Top of Exercise material
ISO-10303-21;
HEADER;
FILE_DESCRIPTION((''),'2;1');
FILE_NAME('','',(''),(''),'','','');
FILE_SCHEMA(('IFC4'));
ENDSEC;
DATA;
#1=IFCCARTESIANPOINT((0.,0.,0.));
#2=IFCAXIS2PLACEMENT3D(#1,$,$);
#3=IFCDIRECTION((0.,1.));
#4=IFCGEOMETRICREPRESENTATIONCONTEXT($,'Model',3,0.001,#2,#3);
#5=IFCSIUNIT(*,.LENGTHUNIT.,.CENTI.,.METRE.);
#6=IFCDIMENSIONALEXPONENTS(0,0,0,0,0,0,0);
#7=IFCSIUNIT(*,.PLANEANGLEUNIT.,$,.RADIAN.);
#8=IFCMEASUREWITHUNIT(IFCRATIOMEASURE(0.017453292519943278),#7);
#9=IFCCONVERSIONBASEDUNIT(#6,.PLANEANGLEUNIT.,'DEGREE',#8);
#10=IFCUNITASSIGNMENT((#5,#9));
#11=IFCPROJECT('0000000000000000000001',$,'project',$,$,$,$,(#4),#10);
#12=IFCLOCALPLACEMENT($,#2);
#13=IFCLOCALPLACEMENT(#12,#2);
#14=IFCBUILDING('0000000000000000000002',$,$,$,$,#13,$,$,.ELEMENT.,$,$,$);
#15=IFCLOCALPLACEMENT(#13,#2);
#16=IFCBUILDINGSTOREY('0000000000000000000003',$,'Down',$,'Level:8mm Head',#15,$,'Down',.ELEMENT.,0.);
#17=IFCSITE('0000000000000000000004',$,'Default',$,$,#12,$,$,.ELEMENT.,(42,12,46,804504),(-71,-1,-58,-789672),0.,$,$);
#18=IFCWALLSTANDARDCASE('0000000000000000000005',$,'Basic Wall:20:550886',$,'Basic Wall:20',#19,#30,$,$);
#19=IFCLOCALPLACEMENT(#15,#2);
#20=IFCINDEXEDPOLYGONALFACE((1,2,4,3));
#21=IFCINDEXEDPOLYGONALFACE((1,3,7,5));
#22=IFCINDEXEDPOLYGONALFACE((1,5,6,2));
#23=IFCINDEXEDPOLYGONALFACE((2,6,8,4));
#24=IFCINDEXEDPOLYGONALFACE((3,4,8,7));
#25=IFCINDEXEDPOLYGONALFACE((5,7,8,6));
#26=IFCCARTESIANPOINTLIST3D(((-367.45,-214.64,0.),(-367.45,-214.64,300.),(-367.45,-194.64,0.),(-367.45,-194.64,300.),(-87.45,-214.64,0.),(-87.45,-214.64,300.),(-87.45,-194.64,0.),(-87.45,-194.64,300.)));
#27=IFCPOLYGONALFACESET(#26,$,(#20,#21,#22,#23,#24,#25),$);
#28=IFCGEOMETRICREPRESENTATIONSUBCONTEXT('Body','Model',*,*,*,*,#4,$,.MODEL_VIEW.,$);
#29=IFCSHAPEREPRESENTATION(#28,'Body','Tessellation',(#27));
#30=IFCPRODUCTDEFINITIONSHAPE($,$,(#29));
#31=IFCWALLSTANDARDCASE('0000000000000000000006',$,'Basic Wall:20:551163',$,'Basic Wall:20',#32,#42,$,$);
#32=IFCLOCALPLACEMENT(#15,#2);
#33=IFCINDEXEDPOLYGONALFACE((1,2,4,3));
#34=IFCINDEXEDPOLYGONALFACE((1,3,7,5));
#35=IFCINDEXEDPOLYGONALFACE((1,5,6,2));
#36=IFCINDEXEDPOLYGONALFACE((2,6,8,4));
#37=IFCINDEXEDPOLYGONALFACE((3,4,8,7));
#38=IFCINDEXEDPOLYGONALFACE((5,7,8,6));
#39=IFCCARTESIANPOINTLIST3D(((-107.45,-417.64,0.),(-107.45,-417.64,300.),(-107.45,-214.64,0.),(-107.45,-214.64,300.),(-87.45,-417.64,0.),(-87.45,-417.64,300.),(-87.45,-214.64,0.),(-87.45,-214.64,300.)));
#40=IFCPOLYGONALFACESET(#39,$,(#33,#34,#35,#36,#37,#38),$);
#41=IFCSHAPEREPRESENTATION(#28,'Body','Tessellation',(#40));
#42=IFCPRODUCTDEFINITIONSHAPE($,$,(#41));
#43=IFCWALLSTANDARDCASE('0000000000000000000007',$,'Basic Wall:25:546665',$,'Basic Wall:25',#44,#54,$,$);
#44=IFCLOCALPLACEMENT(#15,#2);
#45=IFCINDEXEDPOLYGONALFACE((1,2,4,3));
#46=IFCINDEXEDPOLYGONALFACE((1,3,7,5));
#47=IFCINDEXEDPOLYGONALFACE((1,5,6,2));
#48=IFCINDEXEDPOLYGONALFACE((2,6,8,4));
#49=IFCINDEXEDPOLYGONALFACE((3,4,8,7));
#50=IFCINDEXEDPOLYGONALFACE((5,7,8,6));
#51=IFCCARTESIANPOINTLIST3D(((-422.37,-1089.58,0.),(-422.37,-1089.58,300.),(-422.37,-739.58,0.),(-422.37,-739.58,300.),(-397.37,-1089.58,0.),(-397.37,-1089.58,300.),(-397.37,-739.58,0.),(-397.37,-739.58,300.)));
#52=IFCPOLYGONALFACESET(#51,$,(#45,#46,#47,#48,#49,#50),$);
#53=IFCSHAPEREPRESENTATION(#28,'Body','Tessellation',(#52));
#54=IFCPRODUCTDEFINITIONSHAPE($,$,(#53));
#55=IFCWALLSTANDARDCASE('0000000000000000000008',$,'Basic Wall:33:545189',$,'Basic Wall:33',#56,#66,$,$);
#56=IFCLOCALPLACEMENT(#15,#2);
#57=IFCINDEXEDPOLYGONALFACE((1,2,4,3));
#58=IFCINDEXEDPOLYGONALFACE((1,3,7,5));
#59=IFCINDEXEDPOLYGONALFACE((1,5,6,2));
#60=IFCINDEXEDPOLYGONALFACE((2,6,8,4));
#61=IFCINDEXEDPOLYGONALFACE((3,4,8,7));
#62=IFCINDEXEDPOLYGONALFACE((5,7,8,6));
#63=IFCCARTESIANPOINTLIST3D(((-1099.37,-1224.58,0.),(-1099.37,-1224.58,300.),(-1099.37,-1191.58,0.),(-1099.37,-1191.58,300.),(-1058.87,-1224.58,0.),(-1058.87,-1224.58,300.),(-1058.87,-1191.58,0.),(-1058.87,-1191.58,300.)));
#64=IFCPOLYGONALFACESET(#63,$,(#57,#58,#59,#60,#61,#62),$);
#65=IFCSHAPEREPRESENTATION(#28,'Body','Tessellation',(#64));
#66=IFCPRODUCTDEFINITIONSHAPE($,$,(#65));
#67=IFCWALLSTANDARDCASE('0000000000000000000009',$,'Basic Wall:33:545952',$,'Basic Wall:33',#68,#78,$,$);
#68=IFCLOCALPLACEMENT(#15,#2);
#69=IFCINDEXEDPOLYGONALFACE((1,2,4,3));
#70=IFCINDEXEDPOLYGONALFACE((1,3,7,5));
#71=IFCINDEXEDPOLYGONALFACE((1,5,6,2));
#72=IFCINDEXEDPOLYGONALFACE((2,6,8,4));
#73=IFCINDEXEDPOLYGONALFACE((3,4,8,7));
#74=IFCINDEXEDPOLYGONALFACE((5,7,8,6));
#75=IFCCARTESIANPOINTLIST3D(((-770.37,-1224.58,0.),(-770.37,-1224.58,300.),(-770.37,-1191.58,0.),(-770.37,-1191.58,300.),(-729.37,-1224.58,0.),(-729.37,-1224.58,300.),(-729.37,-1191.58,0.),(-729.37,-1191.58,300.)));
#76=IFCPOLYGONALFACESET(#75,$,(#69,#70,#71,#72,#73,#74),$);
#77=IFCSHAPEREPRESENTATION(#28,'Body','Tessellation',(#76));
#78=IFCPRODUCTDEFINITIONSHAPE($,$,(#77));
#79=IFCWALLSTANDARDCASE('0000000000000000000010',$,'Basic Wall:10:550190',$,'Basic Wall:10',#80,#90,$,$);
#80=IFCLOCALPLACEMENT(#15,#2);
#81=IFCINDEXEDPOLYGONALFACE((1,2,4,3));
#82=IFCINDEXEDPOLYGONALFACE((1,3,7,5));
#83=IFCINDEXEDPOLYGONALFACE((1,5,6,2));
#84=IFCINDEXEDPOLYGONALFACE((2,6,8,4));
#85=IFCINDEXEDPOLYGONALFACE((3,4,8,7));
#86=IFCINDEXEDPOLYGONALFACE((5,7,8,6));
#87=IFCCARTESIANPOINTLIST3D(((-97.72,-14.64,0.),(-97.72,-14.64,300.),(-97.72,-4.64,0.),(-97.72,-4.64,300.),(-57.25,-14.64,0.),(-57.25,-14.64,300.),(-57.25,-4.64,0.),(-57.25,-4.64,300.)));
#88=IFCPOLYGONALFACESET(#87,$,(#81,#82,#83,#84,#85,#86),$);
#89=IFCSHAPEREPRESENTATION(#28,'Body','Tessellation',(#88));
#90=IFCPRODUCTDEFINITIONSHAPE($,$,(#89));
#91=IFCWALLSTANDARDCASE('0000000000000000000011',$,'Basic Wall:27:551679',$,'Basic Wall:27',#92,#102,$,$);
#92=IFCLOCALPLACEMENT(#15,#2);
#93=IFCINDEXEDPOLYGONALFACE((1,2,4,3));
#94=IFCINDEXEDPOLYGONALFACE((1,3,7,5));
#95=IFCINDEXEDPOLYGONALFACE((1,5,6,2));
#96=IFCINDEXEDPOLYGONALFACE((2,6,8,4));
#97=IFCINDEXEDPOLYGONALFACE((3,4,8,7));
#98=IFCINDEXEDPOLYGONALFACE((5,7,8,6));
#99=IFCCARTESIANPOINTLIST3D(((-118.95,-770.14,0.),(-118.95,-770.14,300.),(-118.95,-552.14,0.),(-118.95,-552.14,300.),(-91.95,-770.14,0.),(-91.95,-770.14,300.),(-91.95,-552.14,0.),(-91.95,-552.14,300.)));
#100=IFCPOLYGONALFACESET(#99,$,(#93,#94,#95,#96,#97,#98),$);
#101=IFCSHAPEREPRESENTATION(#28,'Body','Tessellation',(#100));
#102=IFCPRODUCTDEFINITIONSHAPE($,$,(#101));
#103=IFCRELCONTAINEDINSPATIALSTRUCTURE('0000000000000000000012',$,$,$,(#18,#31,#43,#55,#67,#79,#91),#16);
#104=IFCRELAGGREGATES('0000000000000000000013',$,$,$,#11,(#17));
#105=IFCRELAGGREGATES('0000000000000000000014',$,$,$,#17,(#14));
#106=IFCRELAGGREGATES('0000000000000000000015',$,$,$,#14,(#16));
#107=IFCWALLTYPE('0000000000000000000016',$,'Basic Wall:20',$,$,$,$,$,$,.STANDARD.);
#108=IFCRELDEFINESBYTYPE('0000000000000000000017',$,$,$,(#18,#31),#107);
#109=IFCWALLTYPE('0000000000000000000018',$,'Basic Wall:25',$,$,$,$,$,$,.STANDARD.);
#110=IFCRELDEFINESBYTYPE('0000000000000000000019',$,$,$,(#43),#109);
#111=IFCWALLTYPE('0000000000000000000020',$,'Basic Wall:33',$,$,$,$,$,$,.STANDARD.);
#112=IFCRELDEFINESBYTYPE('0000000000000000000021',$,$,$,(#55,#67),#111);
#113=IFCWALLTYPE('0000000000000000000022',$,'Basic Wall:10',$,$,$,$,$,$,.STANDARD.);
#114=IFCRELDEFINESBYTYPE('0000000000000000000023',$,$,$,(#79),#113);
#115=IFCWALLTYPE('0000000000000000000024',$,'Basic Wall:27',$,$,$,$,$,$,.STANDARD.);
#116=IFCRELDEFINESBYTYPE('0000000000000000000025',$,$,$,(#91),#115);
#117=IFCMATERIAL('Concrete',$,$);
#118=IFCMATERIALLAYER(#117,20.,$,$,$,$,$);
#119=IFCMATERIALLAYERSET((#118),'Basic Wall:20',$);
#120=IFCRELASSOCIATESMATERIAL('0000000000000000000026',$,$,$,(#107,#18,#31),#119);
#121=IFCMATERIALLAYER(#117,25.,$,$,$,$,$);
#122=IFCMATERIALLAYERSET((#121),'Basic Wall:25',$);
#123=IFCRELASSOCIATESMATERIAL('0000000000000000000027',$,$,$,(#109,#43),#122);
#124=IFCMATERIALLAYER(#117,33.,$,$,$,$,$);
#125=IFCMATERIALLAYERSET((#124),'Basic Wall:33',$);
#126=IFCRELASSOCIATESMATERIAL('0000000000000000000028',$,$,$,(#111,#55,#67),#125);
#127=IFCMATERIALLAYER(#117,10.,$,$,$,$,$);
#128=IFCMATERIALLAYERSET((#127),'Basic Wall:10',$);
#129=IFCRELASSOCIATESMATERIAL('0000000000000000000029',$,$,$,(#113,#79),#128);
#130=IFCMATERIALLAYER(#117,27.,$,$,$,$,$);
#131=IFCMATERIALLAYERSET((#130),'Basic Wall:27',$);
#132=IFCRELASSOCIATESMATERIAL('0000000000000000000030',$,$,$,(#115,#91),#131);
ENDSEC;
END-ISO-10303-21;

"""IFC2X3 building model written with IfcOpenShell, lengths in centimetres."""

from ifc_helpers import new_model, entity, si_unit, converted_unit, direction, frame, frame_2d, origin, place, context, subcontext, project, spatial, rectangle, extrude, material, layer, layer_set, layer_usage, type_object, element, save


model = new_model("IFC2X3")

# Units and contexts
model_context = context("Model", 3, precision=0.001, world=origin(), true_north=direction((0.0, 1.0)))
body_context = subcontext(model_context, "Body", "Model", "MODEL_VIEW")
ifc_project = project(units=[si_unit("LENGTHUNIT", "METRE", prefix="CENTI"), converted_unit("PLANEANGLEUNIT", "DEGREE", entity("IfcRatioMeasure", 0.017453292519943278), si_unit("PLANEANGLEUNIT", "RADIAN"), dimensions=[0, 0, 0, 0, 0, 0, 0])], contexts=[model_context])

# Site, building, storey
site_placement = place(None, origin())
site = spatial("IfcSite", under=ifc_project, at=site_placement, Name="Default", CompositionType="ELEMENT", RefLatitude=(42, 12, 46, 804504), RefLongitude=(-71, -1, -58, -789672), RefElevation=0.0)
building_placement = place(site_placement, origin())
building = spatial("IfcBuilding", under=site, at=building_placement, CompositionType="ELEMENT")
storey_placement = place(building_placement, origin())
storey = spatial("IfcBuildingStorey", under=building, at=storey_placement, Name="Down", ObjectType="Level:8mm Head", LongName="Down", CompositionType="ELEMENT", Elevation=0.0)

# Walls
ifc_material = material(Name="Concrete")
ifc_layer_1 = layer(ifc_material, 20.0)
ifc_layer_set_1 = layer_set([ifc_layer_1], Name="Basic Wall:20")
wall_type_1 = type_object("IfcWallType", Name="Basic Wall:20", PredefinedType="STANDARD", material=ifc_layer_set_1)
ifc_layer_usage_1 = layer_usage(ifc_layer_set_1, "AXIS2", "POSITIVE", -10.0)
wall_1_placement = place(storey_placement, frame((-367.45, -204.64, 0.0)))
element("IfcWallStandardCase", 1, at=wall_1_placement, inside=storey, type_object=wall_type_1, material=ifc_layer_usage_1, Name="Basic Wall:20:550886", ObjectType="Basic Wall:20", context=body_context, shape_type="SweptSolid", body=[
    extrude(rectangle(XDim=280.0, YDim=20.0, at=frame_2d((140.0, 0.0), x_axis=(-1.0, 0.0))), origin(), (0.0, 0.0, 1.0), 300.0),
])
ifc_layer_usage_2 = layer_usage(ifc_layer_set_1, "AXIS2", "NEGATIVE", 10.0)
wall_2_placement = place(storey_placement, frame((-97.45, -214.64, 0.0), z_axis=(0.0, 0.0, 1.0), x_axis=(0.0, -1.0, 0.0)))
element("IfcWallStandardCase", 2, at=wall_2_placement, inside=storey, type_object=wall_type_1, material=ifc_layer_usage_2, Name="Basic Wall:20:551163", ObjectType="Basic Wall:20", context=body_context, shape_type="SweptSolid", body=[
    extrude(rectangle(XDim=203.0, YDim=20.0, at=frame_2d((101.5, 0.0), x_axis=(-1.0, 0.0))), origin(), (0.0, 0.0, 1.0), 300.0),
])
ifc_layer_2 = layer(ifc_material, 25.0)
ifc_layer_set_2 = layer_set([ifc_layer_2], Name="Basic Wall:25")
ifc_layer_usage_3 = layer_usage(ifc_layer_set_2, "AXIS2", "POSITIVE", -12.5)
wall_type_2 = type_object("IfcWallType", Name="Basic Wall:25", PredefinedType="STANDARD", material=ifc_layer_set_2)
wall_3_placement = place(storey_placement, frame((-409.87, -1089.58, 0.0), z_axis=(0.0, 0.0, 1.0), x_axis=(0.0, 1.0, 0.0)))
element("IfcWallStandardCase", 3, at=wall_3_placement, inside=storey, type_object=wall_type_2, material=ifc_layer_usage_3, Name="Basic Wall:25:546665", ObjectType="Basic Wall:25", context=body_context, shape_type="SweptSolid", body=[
Bottom of Exercise material
__What to work on__. Could you reproduce exactly the lines of the entries above, from the one with "#27=IFCPOLYGONALFACESET(#26,$,(#20,#21,#22,#23,#24,#25),$);" through the one with "#57=IFCINDEXEDPOLYGONALFACE((1,2,4,3));", and nothing else?

__The completed task__.
#27=IFCPOLYGONALFACESET(#26,$,(#20,#21,#22,#23,#24,#25),$);
#28=IFCGEOMETRICREPRESENTATIONSUBCONTEXT('Body','Model',*,*,*,*,#4,$,.MODEL_VIEW.,$);
#29=IFCSHAPEREPRESENTATION(#28,'Body','Tessellation',(#27));
#30=IFCPRODUCTDEFINITIONSHAPE($,$,(#29));
#31=IFCWALLSTANDARDCASE('0000000000000000000006',$,'Basic Wall:20:551163',$,'Basic Wall:20',#32,#42,$,$);
#32=IFCLOCALPLACEMENT(#15,#2);
#33=IFCINDEXEDPOLYGONALFACE((1,2,4,3));
#34=IFCINDEXEDPOLYGONALFACE((1,3,7,5));
#35=IFCINDEXEDPOLYGONALFACE((1,5,6,2));
#36=IFCINDEXEDPOLYGONALFACE((2,6,8,4));
#37=IFCINDEXEDPOLYGONALFACE((3,4,8,7));
#38=IFCINDEXEDPOLYGONALFACE((5,7,8,6));
#39=IFCCARTESIANPOINTLIST3D(((-107.45,-417.64,0.),(-107.45,-417.64,300.),(-107.45,-214.64,0.),(-107.45,-214.64,300.),(-87.45,-417.64,0.),(-87.45,-417.64,300.),(-87.45,-214.64,0.),(-87.45,-214.64,300.)));
#40=IFCPOLYGONALFACESET(#39,$,(#33,#34,#35,#36,#37,#38),$);
#41=IFCSHAPEREPRESENTATION(#28,'Body','Tessellation',(#40));
#42=IFCPRODUCTDEFINITIONSHAPE($,$,(#41));
#43=IFCWALLSTANDARDCASE('0000000000000000000007',$,'Basic Wall:25:546665',$,'Basic Wall:25',#44,#54,$,$);
#44=IFCLOCALPLACEMENT(#15,#2);
#45=IFCINDEXEDPOLYGONALFACE((1,2,4,3));
#46=IFCINDEXEDPOLYGONALFACE((1,3,7,5));
#47=IFCINDEXEDPOLYGONALFACE((1,5,6,2));
#48=IFCINDEXEDPOLYGONALFACE((2,6,8,4));
#49=IFCINDEXEDPOLYGONALFACE((3,4,8,7));
#50=IFCINDEXEDPOLYGONALFACE((5,7,8,6));
#51=IFCCARTESIANPOINTLIST3D(((-422.37,-1089.58,0.),(-422.37,-1089.58,300.),(-422.37,-739.58,0.),(-422.37,-739.58,300.),(-397.37,-1089.58,0.),(-397.37,-1089.58,300.),(-397.37,-739.58,0.),(-397.37,-739.58,300.)));
#52=IFCPOLYGONALFACESET(#51,$,(#45,#46,#47,#48,#49,#50),$);
#53=IFCSHAPEREPRESENTATION(#28,'Body','Tessellation',(#52));
#54=IFCPRODUCTDEFINITIONSHAPE($,$,(#53));
#55=IFCWALLSTANDARDCASE('0000000000000000000008',$,'Basic Wall:33:545189',$,'Basic Wall:33',#56,#66,$,$);
#56=IFCLOCALPLACEMENT(#15,#2);
#57=IFCINDEXEDPOLYGONALFACE((1,2,4,3));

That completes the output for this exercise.